__TASK TO COMPLETE__
Send back all of the records, each one exactly as written.

__Records from a dataset__
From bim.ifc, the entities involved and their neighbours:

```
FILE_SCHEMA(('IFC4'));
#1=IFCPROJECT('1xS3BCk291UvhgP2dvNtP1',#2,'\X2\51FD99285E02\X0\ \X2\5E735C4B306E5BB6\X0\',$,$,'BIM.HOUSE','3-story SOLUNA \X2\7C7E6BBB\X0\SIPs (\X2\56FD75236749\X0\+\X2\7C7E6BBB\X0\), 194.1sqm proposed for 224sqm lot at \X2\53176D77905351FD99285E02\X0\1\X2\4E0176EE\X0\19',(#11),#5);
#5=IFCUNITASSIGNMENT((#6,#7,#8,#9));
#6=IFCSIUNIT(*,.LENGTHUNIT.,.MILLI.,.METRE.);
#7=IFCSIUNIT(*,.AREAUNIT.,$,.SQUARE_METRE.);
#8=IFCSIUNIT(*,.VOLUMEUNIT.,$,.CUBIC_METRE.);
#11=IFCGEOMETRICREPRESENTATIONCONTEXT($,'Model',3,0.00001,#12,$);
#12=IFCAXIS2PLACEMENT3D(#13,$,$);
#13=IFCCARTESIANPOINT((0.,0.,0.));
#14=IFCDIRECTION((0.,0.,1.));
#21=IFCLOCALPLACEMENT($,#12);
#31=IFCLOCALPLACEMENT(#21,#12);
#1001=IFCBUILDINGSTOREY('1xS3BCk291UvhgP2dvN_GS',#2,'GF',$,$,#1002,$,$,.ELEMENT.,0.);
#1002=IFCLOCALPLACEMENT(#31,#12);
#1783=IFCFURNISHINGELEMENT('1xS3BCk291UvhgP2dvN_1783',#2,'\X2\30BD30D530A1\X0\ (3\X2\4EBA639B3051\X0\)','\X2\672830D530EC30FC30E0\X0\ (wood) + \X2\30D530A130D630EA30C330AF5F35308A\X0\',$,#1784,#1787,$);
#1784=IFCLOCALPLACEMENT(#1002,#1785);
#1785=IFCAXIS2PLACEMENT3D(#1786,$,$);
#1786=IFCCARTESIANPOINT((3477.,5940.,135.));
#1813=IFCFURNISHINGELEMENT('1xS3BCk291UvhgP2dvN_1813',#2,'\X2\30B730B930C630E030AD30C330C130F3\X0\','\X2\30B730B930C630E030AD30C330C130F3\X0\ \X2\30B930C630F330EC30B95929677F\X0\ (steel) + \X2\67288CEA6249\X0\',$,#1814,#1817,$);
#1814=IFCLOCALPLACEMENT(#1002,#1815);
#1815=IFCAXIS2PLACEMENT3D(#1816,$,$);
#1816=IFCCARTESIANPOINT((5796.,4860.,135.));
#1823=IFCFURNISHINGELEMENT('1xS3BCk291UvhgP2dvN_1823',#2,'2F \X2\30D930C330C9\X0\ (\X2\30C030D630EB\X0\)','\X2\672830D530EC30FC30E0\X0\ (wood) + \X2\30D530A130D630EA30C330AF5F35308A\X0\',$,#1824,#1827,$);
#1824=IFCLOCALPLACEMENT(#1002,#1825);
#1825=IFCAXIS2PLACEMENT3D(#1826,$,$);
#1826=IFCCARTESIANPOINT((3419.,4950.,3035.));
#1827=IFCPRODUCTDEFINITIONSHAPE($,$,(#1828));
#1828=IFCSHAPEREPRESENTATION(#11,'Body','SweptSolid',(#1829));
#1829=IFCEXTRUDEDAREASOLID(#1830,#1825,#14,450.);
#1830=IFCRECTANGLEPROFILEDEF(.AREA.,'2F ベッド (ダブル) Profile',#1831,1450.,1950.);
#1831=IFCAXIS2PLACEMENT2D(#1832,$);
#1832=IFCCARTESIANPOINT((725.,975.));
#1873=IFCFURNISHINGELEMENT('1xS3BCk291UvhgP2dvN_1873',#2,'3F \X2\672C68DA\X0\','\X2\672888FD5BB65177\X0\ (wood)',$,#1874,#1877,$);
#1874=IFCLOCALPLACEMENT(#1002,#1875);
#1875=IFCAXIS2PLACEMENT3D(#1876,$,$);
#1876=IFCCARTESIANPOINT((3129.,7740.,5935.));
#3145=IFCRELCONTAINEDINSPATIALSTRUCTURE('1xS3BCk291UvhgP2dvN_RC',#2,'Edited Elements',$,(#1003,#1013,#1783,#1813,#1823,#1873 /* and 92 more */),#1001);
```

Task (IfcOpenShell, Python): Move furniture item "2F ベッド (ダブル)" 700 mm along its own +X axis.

```python
import ifcopenshell
import ifcopenshell.api.geometry
import ifcopenshell.util.placement

model = ifcopenshell.open("bim.ifc")

item = model.by_id(1823)
matrix = ifcopenshell.util.placement.get_local_placement(item.ObjectPlacement)
matrix[:3, 3] += matrix[:3, 0] * 700.0
ifcopenshell.api.geometry.edit_object_placement(model, product=item, matrix=matrix, is_si=False)

print(ifcopenshell.util.placement.get_local_placement(item.ObjectPlacement).round(3) + 0.0)

model.write("bim_rev.ifc")
```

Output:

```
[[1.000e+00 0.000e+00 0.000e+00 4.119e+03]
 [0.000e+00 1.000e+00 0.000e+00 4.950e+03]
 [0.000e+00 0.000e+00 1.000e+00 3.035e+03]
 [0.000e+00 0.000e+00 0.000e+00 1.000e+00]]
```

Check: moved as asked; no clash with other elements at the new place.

__EXERCISE ANSWER__
From bim.ifc, the entities involved and their neighbours:

```
FILE_SCHEMA(('IFC4'));
#1=IFCPROJECT('1xS3BCk291UvhgP2dvNtP1',#2,'\X2\51FD99285E02\X0\ \X2\5E735C4B306E5BB6\X0\',$,$,'BIM.HOUSE','3-story SOLUNA \X2\7C7E6BBB\X0\SIPs (\X2\56FD75236749\X0\+\X2\7C7E6BBB\X0\), 194.1sqm proposed for 224sqm lot at \X2\53176D77905351FD99285E02\X0\1\X2\4E0176EE\X0\19',(#11),#5);
#5=IFCUNITASSIGNMENT((#6,#7,#8,#9));
#6=IFCSIUNIT(*,.LENGTHUNIT.,.MILLI.,.METRE.);
#7=IFCSIUNIT(*,.AREAUNIT.,$,.SQUARE_METRE.);
#8=IFCSIUNIT(*,.VOLUMEUNIT.,$,.CUBIC_METRE.);
#11=IFCGEOMETRICREPRESENTATIONCONTEXT($,'Model',3,0.00001,#12,$);
#12=IFCAXIS2PLACEMENT3D(#13,$,$);
#13=IFCCARTESIANPOINT((0.,0.,0.));
#14=IFCDIRECTION((0.,0.,1.));
#21=IFCLOCALPLACEMENT($,#12);
#31=IFCLOCALPLACEMENT(#21,#12);
#1001=IFCBUILDINGSTOREY('1xS3BCk291UvhgP2dvN_GS',#2,'GF',$,$,#1002,$,$,.ELEMENT.,0.);
#1002=IFCLOCALPLACEMENT(#31,#12);
#1783=IFCFURNISHINGELEMENT('1xS3BCk291UvhgP2dvN_1783',#2,'\X2\30BD30D530A1\X0\ (3\X2\4EBA639B3051\X0\)','\X2\672830D530EC30FC30E0\X0\ (wood) + \X2\30D530A130D630EA30C330AF5F35308A\X0\',$,#1784,#1787,$);
#1784=IFCLOCALPLACEMENT(#1002,#1785);
#1785=IFCAXIS2PLACEMENT3D(#1786,$,$);
#1786=IFCCARTESIANPOINT((3477.,5940.,135.));
#1813=IFCFURNISHINGELEMENT('1xS3BCk291UvhgP2dvN_1813',#2,'\X2\30B730B930C630E030AD30C330C130F3\X0\','\X2\30B730B930C630E030AD30C330C130F3\X0\ \X2\30B930C630F330EC30B95929677F\X0\ (steel) + \X2\67288CEA6249\X0\',$,#1814,#1817,$);
#1814=IFCLOCALPLACEMENT(#1002,#1815);
#1815=IFCAXIS2PLACEMENT3D(#1816,$,$);
#1816=IFCCARTESIANPOINT((5796.,4860.,135.));
#1823=IFCFURNISHINGELEMENT('1xS3BCk291UvhgP2dvN_1823',#2,'2F \X2\30D930C330C9\X0\ (\X2\30C030D630EB\X0\)','\X2\672830D530EC30FC30E0\X0\ (wood) + \X2\30D530A130D630EA30C330AF5F35308A\X0\',$,#1824,#1827,$);
#1824=IFCLOCALPLACEMENT(#1002,#1825);
#1825=IFCAXIS2PLACEMENT3D(#1826,$,$);
#1826=IFCCARTESIANPOINT((3419.,4950.,3035.));
#1827=IFCPRODUCTDEFINITIONSHAPE($,$,(#1828));
#1828=IFCSHAPEREPRESENTATION(#11,'Body','SweptSolid',(#1829));
#1829=IFCEXTRUDEDAREASOLID(#1830,#1825,#14,450.);
#1830=IFCRECTANGLEPROFILEDEF(.AREA.,'2F ベッド (ダブル) Profile',#1831,1450.,1950.);
#1831=IFCAXIS2PLACEMENT2D(#1832,$);
#1832=IFCCARTESIANPOINT((725.,975.));
#1873=IFCFURNISHINGELEMENT('1xS3BCk291UvhgP2dvN_1873',#2,'3F \X2\672C68DA\X0\','\X2\672888FD5BB65177\X0\ (wood)',$,#1874,#1877,$);
#1874=IFCLOCALPLACEMENT(#1002,#1875);
#1875=IFCAXIS2PLACEMENT3D(#1876,$,$);
#1876=IFCCARTESIANPOINT((3129.,7740.,5935.));
#3145=IFCRELCONTAINEDINSPATIALSTRUCTURE('1xS3BCk291UvhgP2dvN_RC',#2,'Edited Elements',$,(#1003,#1013,#1783,#1813,#1823,#1873 /* and 92 more */),#1001);
```

Task (IfcOpenShell, Python): Move furniture item "2F ベッド (ダブル)" 700 mm along its own +X axis.

```python
import ifcopenshell
import ifcopenshell.api.geometry
import ifcopenshell.util.placement

model = ifcopenshell.open("bim.ifc")

item = model.by_id(1823)
matrix = ifcopenshell.util.placement.get_local_placement(item.ObjectPlacement)
matrix[:3, 3] += matrix[:3, 0] * 700.0
ifcopenshell.api.geometry.edit_object_placement(model, product=item, matrix=matrix, is_si=False)

print(ifcopenshell.util.placement.get_local_placement(item.ObjectPlacement).round(3) + 0.0)

model.write("bim_rev.ifc")
```

Output:

```
[[1.000e+00 0.000e+00 0.000e+00 4.119e+03]
 [0.000e+00 1.000e+00 0.000e+00 4.950e+03]
 [0.000e+00 0.000e+00 1.000e+00 3.035e+03]
 [0.000e+00 0.000e+00 0.000e+00 1.000e+00]]
```

Check: moved as asked; no clash with other elements at the new place.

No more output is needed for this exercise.